TASK STATEMENT> Set down exactly the lines below between the line holding "#105=IFCINDEXEDPOLYGONALFACE((5,7,15,13));" and the line holding "#108=IFCINDEXEDPOLYGONALFACE((9,11,12,14,13,15,16,10));", inclusive; no other line belongs in the answer.

^^^^^^^^

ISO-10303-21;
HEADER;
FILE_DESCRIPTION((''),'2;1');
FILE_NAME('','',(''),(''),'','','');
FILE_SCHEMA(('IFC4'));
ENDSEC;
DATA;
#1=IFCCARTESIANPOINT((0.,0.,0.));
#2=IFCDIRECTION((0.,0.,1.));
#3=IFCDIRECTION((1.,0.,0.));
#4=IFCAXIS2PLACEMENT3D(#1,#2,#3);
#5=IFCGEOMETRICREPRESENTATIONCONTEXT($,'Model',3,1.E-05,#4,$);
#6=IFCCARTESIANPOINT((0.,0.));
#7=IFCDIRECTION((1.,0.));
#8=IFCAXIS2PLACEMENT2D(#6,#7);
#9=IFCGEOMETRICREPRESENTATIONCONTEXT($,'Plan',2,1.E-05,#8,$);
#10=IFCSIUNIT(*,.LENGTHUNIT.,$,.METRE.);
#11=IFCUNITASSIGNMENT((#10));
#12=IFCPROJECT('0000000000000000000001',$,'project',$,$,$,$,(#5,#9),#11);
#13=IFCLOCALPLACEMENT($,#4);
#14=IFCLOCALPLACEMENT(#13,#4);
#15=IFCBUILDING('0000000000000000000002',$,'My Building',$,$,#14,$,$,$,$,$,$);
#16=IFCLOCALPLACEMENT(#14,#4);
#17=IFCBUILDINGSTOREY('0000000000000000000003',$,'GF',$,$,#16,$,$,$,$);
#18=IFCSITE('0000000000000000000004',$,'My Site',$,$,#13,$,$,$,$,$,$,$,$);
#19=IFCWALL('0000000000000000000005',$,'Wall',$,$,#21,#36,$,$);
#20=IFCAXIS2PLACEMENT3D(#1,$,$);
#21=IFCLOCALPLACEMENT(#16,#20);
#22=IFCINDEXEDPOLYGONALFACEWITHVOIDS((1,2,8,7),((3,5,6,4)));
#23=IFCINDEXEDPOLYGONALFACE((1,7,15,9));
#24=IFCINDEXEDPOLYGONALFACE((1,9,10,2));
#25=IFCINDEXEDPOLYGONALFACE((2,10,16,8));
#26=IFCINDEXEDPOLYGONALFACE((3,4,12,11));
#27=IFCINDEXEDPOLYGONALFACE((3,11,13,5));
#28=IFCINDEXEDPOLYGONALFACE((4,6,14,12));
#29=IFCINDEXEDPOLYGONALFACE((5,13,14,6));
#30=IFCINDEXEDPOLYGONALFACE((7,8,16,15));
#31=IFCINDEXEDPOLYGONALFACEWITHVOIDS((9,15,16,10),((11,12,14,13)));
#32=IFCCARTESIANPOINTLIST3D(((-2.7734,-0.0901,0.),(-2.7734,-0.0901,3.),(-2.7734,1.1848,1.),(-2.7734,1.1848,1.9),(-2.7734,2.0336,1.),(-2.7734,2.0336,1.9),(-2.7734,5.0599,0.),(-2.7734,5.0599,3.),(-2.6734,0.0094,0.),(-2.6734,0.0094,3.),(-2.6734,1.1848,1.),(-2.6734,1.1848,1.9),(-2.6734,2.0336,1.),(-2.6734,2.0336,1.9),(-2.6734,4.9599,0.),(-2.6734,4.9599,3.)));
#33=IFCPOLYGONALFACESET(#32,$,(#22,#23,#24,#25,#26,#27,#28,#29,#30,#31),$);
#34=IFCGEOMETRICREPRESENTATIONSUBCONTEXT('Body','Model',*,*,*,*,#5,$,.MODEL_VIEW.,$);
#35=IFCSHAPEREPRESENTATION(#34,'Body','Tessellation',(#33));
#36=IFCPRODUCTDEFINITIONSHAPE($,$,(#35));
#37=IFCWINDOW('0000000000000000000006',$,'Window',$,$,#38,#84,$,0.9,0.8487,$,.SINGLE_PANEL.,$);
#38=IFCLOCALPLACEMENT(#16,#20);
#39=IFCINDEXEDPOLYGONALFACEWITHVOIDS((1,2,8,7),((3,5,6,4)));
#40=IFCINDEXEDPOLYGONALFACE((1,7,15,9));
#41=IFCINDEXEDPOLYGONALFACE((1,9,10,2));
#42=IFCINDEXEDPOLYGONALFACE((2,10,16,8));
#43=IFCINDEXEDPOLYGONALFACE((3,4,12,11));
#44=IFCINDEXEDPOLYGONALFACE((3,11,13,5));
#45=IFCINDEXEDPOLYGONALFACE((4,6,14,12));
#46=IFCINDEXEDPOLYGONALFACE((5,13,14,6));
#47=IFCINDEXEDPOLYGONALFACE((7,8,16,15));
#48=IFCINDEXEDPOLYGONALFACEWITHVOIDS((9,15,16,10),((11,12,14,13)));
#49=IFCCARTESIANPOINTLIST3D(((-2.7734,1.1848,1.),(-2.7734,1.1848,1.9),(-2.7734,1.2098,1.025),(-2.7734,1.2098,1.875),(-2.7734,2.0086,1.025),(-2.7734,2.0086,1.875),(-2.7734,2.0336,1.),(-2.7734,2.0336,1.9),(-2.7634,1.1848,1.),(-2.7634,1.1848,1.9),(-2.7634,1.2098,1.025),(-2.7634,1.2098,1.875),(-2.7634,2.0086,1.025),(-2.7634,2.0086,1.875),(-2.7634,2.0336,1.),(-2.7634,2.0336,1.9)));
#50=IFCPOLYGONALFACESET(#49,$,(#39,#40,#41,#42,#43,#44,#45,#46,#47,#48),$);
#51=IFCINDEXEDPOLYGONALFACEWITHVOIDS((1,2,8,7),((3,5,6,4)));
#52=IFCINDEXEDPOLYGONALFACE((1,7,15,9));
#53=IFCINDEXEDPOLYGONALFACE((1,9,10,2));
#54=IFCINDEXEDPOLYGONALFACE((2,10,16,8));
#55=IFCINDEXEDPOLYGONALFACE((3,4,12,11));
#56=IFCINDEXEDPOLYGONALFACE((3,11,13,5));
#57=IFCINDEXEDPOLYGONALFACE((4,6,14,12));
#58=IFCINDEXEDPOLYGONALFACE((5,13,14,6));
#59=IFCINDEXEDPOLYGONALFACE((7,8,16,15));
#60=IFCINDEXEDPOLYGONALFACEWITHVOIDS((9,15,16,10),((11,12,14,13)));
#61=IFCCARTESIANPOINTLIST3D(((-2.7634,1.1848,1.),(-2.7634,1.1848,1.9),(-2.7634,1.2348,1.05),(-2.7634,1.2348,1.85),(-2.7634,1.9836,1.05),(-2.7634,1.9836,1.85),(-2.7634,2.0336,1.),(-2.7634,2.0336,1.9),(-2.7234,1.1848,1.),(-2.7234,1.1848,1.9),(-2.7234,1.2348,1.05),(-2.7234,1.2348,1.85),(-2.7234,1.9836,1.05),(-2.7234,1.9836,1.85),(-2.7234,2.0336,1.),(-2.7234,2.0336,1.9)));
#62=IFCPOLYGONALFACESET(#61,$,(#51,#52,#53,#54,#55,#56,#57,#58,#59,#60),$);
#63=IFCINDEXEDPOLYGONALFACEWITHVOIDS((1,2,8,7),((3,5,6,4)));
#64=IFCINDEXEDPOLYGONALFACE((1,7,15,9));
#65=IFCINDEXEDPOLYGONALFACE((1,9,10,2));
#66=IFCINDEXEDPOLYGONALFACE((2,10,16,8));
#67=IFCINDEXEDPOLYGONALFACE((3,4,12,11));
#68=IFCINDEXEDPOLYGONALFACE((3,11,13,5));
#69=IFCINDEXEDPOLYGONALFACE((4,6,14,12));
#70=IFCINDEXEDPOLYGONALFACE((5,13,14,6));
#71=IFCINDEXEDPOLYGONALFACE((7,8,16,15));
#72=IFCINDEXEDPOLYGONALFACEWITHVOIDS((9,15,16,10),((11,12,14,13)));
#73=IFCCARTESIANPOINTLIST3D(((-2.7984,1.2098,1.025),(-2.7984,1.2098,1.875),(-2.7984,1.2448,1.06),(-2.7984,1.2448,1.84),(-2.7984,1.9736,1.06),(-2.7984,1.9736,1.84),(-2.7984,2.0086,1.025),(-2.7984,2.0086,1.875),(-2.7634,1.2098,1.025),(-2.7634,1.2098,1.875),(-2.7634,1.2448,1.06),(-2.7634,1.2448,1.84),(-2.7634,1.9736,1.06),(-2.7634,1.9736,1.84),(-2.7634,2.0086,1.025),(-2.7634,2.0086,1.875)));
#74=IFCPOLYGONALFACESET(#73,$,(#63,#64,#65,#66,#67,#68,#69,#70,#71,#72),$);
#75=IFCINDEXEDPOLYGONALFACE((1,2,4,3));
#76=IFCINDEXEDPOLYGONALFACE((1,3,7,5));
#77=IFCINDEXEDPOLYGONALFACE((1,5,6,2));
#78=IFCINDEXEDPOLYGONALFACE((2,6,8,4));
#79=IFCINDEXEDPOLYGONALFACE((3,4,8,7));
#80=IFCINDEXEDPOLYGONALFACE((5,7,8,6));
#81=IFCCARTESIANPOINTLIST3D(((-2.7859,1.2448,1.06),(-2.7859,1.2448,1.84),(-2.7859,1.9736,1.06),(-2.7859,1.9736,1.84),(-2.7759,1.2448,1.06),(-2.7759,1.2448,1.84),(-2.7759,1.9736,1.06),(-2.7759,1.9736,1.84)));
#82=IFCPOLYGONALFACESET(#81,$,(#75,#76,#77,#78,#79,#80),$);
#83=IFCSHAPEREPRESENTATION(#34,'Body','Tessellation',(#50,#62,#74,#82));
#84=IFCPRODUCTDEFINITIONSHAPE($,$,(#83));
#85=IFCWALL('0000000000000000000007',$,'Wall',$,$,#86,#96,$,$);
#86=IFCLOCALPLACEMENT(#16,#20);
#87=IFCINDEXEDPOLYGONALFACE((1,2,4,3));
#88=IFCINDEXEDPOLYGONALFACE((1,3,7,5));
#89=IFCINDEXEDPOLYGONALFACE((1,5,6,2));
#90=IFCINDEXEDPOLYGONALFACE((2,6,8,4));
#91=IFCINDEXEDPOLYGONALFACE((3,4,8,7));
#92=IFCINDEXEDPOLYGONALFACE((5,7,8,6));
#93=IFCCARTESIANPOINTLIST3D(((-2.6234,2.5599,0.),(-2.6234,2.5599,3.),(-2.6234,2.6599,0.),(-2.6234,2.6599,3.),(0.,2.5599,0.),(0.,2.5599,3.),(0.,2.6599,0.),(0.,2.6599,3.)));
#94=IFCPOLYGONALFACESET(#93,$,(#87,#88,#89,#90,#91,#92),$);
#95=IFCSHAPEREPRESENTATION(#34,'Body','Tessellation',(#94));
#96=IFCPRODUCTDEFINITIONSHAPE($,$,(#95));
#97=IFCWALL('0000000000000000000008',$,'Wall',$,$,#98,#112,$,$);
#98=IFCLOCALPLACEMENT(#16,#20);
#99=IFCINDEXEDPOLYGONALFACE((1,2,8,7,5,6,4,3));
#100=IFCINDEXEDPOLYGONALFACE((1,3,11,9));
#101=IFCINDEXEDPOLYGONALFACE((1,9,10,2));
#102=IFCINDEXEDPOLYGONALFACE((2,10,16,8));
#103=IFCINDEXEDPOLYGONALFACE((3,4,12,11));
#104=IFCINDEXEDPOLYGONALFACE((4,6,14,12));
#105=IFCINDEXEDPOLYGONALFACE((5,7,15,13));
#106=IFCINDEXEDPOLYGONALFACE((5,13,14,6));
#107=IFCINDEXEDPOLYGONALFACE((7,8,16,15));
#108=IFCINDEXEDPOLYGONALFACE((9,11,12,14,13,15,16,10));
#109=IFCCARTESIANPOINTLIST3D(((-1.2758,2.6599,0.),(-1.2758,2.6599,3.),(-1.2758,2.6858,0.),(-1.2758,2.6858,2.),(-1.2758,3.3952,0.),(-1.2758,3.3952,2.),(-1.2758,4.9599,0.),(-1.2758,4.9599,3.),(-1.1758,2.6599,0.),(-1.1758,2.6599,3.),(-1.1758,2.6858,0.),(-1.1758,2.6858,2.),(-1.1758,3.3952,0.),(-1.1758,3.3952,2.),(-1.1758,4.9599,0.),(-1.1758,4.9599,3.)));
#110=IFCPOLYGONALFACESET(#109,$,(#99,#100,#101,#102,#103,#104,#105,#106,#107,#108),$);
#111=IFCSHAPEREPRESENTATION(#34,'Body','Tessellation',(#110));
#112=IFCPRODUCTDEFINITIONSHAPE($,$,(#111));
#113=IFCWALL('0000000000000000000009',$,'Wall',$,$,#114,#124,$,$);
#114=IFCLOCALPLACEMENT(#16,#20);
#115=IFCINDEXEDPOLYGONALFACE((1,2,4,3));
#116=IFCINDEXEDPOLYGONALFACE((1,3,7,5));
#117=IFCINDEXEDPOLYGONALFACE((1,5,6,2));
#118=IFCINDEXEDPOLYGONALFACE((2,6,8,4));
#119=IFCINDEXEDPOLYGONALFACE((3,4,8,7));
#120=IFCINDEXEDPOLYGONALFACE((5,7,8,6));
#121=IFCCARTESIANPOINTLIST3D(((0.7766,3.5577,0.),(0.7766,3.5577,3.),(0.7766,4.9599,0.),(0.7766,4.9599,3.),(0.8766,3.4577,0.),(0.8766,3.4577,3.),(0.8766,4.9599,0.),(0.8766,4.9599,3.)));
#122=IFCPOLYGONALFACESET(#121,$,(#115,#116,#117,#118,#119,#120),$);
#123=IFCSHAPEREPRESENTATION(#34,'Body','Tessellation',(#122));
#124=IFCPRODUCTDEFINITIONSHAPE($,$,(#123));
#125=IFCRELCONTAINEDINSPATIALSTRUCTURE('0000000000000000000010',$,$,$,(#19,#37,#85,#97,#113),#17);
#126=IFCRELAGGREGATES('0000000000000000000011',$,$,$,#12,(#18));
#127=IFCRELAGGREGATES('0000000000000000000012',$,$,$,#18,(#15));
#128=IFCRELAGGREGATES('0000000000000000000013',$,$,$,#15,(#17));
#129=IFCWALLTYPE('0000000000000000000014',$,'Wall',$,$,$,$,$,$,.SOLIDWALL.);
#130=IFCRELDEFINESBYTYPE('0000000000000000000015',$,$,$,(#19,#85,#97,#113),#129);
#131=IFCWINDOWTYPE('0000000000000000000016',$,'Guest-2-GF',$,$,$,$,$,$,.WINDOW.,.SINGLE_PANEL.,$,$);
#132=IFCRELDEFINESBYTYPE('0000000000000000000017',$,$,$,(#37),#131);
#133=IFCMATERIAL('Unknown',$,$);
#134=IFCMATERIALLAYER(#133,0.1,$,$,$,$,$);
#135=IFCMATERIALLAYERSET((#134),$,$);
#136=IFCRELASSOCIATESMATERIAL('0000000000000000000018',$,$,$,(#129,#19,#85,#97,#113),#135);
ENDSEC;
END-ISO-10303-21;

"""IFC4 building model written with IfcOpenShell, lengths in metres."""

from ifc_helpers import new_model, entity, si_unit, frame, origin_with_axes, origin_2d_with_axis, place, context, subcontext, project, spatial, line, indexed_curve, outline, extrude, shape, source, transform, mapped, material, layer, layer_set, layer_usage, type_object, type_shapes, element, fill, save


model = new_model("IFC4")

# Units and contexts
model_context = context("Model", 3, precision=1e-05, world=origin_with_axes())
plan_context = context("Plan", 2, precision=1e-05, world=origin_2d_with_axis())
body_context_1 = subcontext(model_context, "Body", "Model", "MODEL_VIEW")
body_context_2 = subcontext(plan_context, "Body", "Plan", "PLAN_VIEW")
ifc_project = project(units=[si_unit("LENGTHUNIT", "METRE")], contexts=[model_context, plan_context])

# Site, building, storey
site_placement = place(None, origin_with_axes())
site = spatial("IfcSite", under=ifc_project, at=site_placement, Name="My Site")
building_placement = place(site_placement, origin_with_axes())
building = spatial("IfcBuilding", under=site, at=building_placement, Name="My Building")
storey_placement = place(building_placement, origin_with_axes())
storey = spatial("IfcBuildingStorey", under=building, at=storey_placement, Name="GF")

# Shared definitions
ifc_material = material(Name="Unknown")
ifc_layer = layer(ifc_material, 0.1)
ifc_layer_set = layer_set([ifc_layer])
wall_type = type_object("IfcWallType", Name="Wall", PredefinedType="SOLIDWALL", material=ifc_layer_set)

# Wall, opening, window
ifc_layer_usage_1 = layer_usage(ifc_layer_set, "AXIS2", "POSITIVE", 0.0)
wall_1_placement = place(storey_placement, frame((-2.7734, 5.0599, 0.0), z_axis=(0.0, 0.0, 1.0), x_axis=(0.0, -1.0, 0.0)))
wall_1 = element("IfcWall", 1, at=wall_1_placement, inside=storey, type_object=wall_type, material=ifc_layer_usage_1, Name="Wall", context=body_context_1, shape_type="SweptSolid", body=[
    extrude(outline(indexed_curve([(0.0, 0.0), (0.1, 0.1), (5.0504, 0.1), (5.15, 0.0)], segments=[line(1, 2, 3, 4, 1)])), origin_with_axes(), (0.0, 0.0, 1.0), 3.0),
])
shared_shape_1 = source(origin_with_axes(), body_context_1, "Body", "SweptSolid", [
    extrude(outline(indexed_curve([(0.0, 0.0), (0.8487, 0.0), (0.8487, 0.9), (0.0, 0.9)], segments=[line(1, 2, 3, 4, 1)])), frame((0.0, -0.6, 0.0), z_axis=(0.0, -1.0, 0.0), x_axis=(1.0, 0.0, 0.0)), (0.0, 0.0, -1.0), 1.2),
])
opening_1_placement = place(wall_1_placement, frame((3.875, 0.1, 1.0), z_axis=(0.0, 0.0, 1.0), x_axis=(-1.0, 0.0, 0.0)))
opening_1 = element("IfcOpeningElement", 2, at=opening_1_placement, cuts=wall_1, PredefinedType="OPENING", context=body_context_1, shape_type="MappedRepresentation", body=[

^^^^^^^^

ANSWER TO THIS EXERCISE>
#105=IFCINDEXEDPOLYGONALFACE((5,7,15,13));
#106=IFCINDEXEDPOLYGONALFACE((5,13,14,6));
#107=IFCINDEXEDPOLYGONALFACE((7,8,16,15));
#108=IFCINDEXEDPOLYGONALFACE((9,11,12,14,13,15,16,10));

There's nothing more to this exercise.